§ **LISTED RECORDS**
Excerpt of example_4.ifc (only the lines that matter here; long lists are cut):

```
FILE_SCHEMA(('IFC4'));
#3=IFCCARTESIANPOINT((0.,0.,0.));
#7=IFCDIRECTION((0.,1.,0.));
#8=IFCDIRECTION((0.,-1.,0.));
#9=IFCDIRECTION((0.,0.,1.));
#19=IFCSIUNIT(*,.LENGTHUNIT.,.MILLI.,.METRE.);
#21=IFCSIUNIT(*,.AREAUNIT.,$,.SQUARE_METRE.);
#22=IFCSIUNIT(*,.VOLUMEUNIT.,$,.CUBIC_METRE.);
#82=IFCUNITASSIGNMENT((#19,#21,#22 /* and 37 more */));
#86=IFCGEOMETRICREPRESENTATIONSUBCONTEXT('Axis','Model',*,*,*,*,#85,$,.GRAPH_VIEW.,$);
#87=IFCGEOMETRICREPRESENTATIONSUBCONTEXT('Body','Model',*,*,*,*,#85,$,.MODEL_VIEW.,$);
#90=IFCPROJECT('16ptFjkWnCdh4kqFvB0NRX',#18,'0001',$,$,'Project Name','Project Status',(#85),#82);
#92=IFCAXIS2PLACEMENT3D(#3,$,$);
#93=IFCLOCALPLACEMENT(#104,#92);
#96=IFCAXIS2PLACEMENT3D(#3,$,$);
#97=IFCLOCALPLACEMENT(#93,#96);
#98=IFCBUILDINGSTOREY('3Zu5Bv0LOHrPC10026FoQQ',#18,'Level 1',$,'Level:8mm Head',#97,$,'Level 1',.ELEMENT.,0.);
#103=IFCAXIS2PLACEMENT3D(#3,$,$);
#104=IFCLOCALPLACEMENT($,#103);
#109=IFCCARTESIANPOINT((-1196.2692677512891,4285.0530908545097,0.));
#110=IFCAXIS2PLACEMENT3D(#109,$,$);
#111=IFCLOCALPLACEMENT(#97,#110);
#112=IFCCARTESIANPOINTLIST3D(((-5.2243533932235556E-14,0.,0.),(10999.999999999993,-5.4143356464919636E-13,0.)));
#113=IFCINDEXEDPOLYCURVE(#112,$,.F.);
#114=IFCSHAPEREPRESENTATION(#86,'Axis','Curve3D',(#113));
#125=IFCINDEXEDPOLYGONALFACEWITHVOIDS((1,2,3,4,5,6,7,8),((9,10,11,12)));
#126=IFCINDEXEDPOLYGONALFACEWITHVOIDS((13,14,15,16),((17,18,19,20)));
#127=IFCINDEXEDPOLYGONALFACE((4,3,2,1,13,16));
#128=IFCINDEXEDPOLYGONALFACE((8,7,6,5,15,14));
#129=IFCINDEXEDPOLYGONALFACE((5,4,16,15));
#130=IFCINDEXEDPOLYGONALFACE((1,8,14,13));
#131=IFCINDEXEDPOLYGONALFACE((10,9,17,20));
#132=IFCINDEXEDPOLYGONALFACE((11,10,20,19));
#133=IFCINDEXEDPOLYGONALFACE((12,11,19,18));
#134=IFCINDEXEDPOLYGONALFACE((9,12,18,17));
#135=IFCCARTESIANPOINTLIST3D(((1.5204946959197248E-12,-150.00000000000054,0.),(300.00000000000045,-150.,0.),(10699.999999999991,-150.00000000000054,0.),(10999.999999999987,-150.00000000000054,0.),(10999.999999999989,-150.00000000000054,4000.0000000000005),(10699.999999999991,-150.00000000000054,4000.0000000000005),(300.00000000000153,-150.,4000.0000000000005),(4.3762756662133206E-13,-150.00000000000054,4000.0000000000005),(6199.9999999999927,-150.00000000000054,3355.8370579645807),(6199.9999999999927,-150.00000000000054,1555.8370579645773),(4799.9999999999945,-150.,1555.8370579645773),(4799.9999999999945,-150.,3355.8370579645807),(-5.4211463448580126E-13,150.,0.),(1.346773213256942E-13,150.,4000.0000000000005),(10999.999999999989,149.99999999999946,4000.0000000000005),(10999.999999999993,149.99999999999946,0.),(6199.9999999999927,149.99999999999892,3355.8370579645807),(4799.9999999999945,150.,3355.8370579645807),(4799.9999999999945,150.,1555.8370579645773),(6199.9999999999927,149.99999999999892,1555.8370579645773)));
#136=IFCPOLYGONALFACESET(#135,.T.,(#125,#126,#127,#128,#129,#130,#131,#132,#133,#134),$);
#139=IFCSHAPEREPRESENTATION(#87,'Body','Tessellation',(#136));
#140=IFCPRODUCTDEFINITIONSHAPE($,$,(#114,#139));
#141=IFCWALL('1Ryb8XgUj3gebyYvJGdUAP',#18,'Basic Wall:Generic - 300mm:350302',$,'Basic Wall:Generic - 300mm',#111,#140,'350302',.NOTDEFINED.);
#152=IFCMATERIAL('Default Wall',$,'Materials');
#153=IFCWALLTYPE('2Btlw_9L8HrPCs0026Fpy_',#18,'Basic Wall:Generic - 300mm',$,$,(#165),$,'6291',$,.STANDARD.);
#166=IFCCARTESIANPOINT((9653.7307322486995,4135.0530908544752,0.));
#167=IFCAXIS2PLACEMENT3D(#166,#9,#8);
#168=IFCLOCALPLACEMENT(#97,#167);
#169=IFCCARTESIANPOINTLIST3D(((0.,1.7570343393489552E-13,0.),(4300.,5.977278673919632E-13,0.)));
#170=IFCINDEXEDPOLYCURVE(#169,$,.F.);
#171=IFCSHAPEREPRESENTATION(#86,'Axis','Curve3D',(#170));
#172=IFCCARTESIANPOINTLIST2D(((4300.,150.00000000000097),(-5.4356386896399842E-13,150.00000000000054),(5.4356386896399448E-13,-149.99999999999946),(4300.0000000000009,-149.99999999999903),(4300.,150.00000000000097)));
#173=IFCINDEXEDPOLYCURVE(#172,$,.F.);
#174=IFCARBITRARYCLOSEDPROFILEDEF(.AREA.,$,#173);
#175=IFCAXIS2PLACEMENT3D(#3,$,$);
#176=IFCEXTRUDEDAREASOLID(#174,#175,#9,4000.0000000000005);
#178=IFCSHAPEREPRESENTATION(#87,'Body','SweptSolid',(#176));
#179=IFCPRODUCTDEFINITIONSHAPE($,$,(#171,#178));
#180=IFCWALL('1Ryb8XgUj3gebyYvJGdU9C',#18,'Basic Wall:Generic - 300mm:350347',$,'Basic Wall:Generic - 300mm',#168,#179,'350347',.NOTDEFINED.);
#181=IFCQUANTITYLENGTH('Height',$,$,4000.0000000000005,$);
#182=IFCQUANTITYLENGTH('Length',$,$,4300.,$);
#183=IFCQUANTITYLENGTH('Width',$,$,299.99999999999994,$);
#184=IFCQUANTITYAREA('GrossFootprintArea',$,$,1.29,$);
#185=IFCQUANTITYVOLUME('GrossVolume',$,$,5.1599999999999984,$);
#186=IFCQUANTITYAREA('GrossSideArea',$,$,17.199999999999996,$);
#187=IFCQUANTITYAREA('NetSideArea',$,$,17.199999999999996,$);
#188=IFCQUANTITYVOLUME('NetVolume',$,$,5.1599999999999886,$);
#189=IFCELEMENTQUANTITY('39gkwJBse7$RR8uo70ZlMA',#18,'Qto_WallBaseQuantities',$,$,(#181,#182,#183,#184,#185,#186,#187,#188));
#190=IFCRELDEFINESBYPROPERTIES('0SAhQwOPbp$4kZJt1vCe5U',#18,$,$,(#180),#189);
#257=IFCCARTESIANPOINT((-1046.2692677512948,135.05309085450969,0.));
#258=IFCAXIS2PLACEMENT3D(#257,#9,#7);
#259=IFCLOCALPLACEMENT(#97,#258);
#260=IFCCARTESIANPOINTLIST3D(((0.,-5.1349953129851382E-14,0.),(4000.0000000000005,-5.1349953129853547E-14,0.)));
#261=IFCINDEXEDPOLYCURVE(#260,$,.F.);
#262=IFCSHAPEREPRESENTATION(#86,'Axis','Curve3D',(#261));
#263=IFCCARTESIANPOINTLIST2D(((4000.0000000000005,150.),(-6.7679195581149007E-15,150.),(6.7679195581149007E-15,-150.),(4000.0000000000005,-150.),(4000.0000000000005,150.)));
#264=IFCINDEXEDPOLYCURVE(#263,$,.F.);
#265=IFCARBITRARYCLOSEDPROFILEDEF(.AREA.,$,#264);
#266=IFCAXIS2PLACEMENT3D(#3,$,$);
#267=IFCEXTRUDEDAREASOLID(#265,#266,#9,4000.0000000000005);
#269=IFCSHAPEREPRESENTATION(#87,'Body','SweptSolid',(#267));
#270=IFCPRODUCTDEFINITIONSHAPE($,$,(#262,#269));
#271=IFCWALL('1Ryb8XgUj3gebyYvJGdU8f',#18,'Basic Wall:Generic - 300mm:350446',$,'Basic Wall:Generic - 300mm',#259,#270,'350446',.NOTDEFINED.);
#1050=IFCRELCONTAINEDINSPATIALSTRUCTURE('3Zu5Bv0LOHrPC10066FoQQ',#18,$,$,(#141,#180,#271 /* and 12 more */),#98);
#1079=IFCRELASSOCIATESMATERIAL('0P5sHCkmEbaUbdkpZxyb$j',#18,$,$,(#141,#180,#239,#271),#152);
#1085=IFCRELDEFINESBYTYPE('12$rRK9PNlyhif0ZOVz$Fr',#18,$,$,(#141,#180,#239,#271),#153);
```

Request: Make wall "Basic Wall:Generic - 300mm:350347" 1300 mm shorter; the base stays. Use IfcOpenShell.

```python
import ifcopenshell
import ifcopenshell.api.pset
import ifcopenshell.geom
import ifcopenshell.util.element
import ifcopenshell.util.representation
import ifcopenshell.util.shape
import ifcopenshell.util.unit

model = ifcopenshell.open("example_4.ifc")
unit_scale = ifcopenshell.util.unit.calculate_unit_scale(model)
area_scale = ifcopenshell.util.unit.calculate_unit_scale(model, "AREAUNIT")
volume_scale = ifcopenshell.util.unit.calculate_unit_scale(model, "VOLUMEUNIT")
settings = ifcopenshell.geom.settings()


def volume(element):
    """Net volume in cubic metres, openings subtracted."""
    shape = ifcopenshell.geom.create_shape(settings, element)
    return ifcopenshell.util.shape.get_volume(shape.geometry)


wall = model.by_id(180)
before = volume(wall)

body = ifcopenshell.util.representation.get_representation(wall, "Model", "Body")
solid = body.Items[0]
old_height = solid.Depth
solid.Depth -= 1300.0
after = volume(wall)
thickness = 0.3  # wall thickness in metres

# Update the stored height, areas and volumes.
qto = model.by_id(ifcopenshell.util.element.get_pset(wall, "Qto_WallBaseQuantities", should_inherit=False)["id"])
ifcopenshell.api.pset.edit_qto(model, qto=qto, properties={
    "Height": solid.Depth,
    "GrossVolume": ifcopenshell.util.element.get_pset(wall, "Qto_WallBaseQuantities", "GrossVolume") * solid.Depth / old_height,
    "GrossSideArea": ifcopenshell.util.element.get_pset(wall, "Qto_WallBaseQuantities", "GrossSideArea") * solid.Depth / old_height,
    "NetSideArea": after / thickness / area_scale,
    "NetVolume": after / volume_scale,
})

print(f"height {old_height:g} -> {solid.Depth:g}, volume {before:.3f} -> {after:.3f} m3")

model.write("example_4_v2.ifc")
```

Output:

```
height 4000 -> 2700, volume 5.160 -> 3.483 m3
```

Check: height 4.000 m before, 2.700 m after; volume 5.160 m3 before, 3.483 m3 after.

§ **WORK REQUIRED**
Write out each line above containing "IFCQUANTITYAREA".

§ **TASK RESULT**
#184=IFCQUANTITYAREA('GrossFootprintArea',$,$,1.29,$);
#186=IFCQUANTITYAREA('GrossSideArea',$,$,17.199999999999996,$);
#187=IFCQUANTITYAREA('NetSideArea',$,$,17.199999999999996,$);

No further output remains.